Hammer. Functional code has one property: the absence of side effects. It does not rely on data outside the current function, and does not change data outside the function. All other "properties" can be deduced from this.

Non-functional function:

a = 0
def increment1():
    global a
    a += 1


Functional Function:

def increment2(a):
    return a + 1


Instead of going through the list, use map and reduce

Map


Accepts a function and data set. Creates a new collection, performs a function at each data item, and adds the return value to the new collection. Returns a new collection.

A simple map that accepts a list of names and returns a list of lengths:

name_lengths = map(len, ['Маша', 'Петя', 'Вася'])
print name_lengths
# => [4, 4, 3]


This map squares each element:

squares = map(lambda x: x * x, [0, 1, 2, 3, 4])
print squares
# => [0, 1, 4, 9, 16]


It does not accept a named function, but takes an anonymous function defined via lambda. Lambda parameters are defined to the left of the colon. The body of the function is on the right. The result is returned implicitly.

The non-functional code in the following example takes a list of names and replaces them with random nicknames.

import random
names = ['Маша', 'Петя', 'Вася']
code_names = ['Шпунтик', 'Винтик', 'Фунтик']
for i in range(len(names)):
    names[i] = random.choice(code_names)
print names
# => ['Шпунтик', 'Винтик', 'Шпунтик']


The algorithm can assign the same nicknames to different secret agents. Hopefully this will not be a source of problems during a secret mission.

We rewrite this via map:

import random
names = ['Маша', 'Петя', 'Вася']
secret_names = map(lambda x: random.choice(['Шпунтик', 'Винтик', 'Фунтик']), names)


Exercise 1 . Try rewriting the following code through map. It takes a list of real names and replaces them with nicknames using a more reliable method.

names = ['Маша', 'Петя', 'Вася']
for i in range(len(names)):
    names[i] = hash(names[i])
print names
# => [6306819796133686941, 8135353348168144921, -1228887169324443034]


My decision:
names = ['Маша', 'Петя', 'Вася']
secret_names = map(hash, names)



Reduce


Reduce accepts a function and a set of items. Returns the value obtained by combining all items.

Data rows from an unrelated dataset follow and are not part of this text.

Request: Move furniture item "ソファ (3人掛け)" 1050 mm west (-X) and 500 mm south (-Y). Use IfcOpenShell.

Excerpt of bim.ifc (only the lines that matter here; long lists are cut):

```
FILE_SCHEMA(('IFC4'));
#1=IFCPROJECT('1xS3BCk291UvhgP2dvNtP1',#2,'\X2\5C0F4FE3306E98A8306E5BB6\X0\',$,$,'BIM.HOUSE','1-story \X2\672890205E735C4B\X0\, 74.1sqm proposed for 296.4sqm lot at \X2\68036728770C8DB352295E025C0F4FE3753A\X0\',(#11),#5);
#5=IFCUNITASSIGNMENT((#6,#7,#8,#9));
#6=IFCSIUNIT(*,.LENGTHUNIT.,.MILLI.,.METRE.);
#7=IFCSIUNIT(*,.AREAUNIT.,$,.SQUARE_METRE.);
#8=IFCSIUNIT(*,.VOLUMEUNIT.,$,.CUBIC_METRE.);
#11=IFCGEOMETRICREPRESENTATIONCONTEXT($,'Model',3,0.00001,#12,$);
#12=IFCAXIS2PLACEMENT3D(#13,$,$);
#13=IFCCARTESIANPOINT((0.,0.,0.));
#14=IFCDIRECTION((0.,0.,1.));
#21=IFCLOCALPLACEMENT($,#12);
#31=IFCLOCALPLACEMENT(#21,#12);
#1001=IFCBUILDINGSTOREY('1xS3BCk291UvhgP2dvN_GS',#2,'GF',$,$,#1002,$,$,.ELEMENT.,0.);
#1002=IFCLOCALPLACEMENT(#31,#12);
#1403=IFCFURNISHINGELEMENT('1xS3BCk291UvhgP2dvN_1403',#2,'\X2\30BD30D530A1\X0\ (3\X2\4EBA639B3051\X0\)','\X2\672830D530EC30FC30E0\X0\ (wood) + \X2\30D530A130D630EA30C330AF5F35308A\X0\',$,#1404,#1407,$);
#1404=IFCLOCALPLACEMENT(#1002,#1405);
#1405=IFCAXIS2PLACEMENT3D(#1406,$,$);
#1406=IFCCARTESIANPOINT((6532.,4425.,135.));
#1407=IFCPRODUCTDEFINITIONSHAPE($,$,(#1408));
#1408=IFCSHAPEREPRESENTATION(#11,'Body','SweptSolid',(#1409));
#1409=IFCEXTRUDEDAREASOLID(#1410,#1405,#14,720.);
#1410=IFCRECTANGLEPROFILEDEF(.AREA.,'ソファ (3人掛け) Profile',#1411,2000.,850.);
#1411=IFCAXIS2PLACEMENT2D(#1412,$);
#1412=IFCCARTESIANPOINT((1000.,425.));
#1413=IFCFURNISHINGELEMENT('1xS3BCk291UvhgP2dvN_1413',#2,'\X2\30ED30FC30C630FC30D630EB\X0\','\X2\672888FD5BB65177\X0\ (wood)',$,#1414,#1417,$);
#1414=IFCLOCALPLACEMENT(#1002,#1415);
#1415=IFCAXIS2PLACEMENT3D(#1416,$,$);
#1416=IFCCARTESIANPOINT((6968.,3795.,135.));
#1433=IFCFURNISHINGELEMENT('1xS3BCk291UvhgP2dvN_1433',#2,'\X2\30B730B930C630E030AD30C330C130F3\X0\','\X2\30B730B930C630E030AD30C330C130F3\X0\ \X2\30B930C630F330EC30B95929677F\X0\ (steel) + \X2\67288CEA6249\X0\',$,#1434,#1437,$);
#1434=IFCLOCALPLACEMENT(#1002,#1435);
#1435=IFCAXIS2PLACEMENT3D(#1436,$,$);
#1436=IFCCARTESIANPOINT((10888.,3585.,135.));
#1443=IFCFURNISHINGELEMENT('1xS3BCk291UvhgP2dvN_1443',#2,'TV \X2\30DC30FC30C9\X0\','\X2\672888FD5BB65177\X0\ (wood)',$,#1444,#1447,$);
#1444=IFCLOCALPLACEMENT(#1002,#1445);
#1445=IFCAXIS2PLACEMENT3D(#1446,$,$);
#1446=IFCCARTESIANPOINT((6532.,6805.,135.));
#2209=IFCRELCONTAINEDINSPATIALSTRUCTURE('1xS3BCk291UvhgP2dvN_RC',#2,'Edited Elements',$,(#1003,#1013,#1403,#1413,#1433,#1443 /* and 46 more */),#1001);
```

```python
import ifcopenshell
import ifcopenshell.api.geometry
import ifcopenshell.util.placement
import ifcopenshell.util.unit

model = ifcopenshell.open("bim.ifc")
unit_scale = ifcopenshell.util.unit.calculate_unit_scale(model)

item = model.by_id(1403)
matrix = ifcopenshell.util.placement.get_local_placement(item.ObjectPlacement)
matrix[0, 3] -= 1.05 / unit_scale
matrix[1, 3] -= 0.5 / unit_scale
ifcopenshell.api.geometry.edit_object_placement(model, product=item, matrix=matrix, is_si=False)

print(ifcopenshell.util.placement.get_local_placement(item.ObjectPlacement).round(3) + 0.0)

model.write("bim_rev.ifc")
```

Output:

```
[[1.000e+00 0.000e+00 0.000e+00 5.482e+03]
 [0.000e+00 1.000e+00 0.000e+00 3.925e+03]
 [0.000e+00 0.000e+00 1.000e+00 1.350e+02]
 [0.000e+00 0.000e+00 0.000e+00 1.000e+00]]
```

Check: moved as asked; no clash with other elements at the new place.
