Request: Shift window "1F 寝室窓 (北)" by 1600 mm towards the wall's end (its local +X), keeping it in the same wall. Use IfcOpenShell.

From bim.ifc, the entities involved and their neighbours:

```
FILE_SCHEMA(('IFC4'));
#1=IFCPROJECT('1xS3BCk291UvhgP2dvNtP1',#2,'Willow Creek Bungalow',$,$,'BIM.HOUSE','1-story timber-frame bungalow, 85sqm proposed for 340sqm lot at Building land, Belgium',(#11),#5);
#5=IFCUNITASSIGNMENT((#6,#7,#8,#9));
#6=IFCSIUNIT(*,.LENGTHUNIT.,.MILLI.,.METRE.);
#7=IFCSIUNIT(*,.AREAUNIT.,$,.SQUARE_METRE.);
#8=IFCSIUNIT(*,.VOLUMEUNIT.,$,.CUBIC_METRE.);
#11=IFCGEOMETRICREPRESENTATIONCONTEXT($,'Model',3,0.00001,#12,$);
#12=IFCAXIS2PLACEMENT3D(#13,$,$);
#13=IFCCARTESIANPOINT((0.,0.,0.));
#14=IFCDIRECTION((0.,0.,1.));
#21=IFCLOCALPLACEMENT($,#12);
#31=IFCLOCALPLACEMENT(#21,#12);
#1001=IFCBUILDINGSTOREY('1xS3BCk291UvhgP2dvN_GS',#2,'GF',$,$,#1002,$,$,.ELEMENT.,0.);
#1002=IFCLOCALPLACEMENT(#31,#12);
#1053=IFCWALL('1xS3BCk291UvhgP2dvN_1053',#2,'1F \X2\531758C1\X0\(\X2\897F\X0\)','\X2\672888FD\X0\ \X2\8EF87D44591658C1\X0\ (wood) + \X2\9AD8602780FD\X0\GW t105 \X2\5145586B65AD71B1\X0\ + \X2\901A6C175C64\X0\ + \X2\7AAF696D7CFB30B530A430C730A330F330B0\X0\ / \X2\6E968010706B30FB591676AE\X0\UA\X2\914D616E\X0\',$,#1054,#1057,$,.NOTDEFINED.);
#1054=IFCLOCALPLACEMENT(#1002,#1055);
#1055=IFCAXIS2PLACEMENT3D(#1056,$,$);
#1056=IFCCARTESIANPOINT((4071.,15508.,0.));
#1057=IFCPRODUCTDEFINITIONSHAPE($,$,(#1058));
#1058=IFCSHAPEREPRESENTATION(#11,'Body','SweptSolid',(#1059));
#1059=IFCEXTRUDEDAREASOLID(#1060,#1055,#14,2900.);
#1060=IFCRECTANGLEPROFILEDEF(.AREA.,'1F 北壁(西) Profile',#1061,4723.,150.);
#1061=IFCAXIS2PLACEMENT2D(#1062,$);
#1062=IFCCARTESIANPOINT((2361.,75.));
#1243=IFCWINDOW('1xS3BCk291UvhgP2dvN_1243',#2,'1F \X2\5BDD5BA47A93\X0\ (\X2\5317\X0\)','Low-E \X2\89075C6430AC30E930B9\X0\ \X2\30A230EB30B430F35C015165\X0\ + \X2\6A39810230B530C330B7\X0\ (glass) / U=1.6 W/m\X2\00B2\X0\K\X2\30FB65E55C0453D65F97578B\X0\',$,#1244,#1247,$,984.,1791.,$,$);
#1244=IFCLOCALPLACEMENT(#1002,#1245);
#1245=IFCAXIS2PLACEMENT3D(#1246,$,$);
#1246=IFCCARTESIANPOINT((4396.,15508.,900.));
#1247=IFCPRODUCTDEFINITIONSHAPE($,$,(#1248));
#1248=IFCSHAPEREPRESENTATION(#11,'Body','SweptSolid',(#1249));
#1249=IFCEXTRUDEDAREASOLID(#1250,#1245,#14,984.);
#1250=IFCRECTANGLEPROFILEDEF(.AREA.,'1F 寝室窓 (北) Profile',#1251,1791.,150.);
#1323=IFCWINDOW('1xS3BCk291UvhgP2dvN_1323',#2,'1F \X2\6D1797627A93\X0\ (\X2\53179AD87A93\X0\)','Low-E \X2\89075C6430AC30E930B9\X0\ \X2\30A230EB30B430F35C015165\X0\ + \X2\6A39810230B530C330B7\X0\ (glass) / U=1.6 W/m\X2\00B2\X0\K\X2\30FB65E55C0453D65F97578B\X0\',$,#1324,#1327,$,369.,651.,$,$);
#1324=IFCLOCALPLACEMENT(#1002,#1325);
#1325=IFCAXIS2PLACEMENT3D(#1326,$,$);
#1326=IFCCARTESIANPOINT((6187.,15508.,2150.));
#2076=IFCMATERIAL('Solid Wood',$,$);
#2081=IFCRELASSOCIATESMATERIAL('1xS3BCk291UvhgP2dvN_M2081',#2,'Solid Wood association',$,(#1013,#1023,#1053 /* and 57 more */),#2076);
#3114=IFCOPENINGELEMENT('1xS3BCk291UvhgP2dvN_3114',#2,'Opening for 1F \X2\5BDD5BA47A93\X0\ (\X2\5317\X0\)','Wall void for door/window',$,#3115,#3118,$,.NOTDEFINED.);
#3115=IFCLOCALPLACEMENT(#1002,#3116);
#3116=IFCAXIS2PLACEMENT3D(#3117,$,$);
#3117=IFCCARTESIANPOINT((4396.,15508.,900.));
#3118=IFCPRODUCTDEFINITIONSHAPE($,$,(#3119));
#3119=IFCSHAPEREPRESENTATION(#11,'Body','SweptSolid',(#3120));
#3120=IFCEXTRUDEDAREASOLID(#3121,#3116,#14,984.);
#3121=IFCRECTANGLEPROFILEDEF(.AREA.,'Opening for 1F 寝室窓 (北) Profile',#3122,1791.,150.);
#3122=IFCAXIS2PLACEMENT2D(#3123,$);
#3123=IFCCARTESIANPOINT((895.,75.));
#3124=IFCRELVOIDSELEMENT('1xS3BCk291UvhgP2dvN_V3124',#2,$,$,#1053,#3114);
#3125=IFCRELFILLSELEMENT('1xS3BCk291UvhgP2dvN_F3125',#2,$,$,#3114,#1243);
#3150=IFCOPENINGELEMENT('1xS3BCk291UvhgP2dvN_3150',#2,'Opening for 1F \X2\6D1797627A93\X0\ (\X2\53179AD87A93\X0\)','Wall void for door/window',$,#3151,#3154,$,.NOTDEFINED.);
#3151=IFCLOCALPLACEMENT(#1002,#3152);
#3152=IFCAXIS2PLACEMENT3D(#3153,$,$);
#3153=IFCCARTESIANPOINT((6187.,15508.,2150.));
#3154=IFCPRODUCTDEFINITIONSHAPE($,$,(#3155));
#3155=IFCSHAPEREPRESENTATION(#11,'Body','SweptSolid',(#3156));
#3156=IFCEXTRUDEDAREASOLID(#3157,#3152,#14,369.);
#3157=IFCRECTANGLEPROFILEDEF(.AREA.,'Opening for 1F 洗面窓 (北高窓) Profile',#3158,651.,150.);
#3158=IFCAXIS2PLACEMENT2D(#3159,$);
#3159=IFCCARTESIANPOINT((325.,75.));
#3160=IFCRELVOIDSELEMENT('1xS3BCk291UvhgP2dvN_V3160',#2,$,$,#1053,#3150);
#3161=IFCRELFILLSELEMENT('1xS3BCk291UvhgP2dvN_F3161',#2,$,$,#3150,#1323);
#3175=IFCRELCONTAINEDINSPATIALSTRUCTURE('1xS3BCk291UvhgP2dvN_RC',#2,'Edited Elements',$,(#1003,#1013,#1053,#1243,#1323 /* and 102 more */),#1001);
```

```python
import ifcopenshell
import ifcopenshell.api.geometry
import ifcopenshell.util.placement
import ifcopenshell.util.unit

model = ifcopenshell.open("bim.ifc")
unit_scale = ifcopenshell.util.unit.calculate_unit_scale(model)

window = model.by_guid("1xS3BCk291UvhgP2dvN_1243")
opening = window.FillsVoids[0].RelatingOpeningElement
wall = opening.VoidsElements[0].RelatingBuildingElement

wall_matrix = ifcopenshell.util.placement.get_local_placement(wall.ObjectPlacement)
shift = wall_matrix[:3, 0] * 1.6 / unit_scale
before = ifcopenshell.util.placement.get_local_placement(window.ObjectPlacement)[:3, 3].copy()

# The window is not placed relative to its opening, so move both.
for product in (opening, window):
    matrix = ifcopenshell.util.placement.get_local_placement(product.ObjectPlacement)
    matrix[:3, 3] += shift
    ifcopenshell.api.geometry.edit_object_placement(model, product=product, matrix=matrix, is_si=False)

after = ifcopenshell.util.placement.get_local_placement(window.ObjectPlacement)[:3, 3]
print("window moved by", (after - before).round(3) + 0.0)

model.write("bim_edited.ifc")
```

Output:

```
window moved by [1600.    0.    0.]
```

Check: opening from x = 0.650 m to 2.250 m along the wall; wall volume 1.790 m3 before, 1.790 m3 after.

An example of a simple reduce. Returns the sum of all items in a set:

sum = reduce(lambda a, x: a + x, [0, 1, 2, 3, 4])
print sum
# => 10


x is the current item, and is the battery. This is the value that lambda returns in the previous paragraph. reduce () iterates over all the values, and runs for each lambda on the current values ​​of a and x, and returns the result in a for the next iteration.

And what is the same in the first iteration? It is equal to the first element of the collection, and reduce () starts with the second element. That is, the first x will be equal to the second item in the set.

The following example considers how often the word “captain” appears in the list of lines:

sentences = ['капитан джек воробей',
             'капитан дальнего плавания',
             'ваша лодка готова, капитан']
cap_count = 0
for sentence in sentences:
    cap_count += sentence.count('капитан')
print cap_count
# => 3


The same code using reduce:

sentences = ['капитан джек воробей',
             'капитан дальнего плавания',
             'ваша лодка готова, капитан']
cap_count = reduce(lambda a, x: a + x.count('капитан'),
                   sentences,
                   0)


And where does the initial value of a come from? It cannot be calculated from the number of repetitions in the first row. Therefore, it is specified as the third argument to the reduce () function.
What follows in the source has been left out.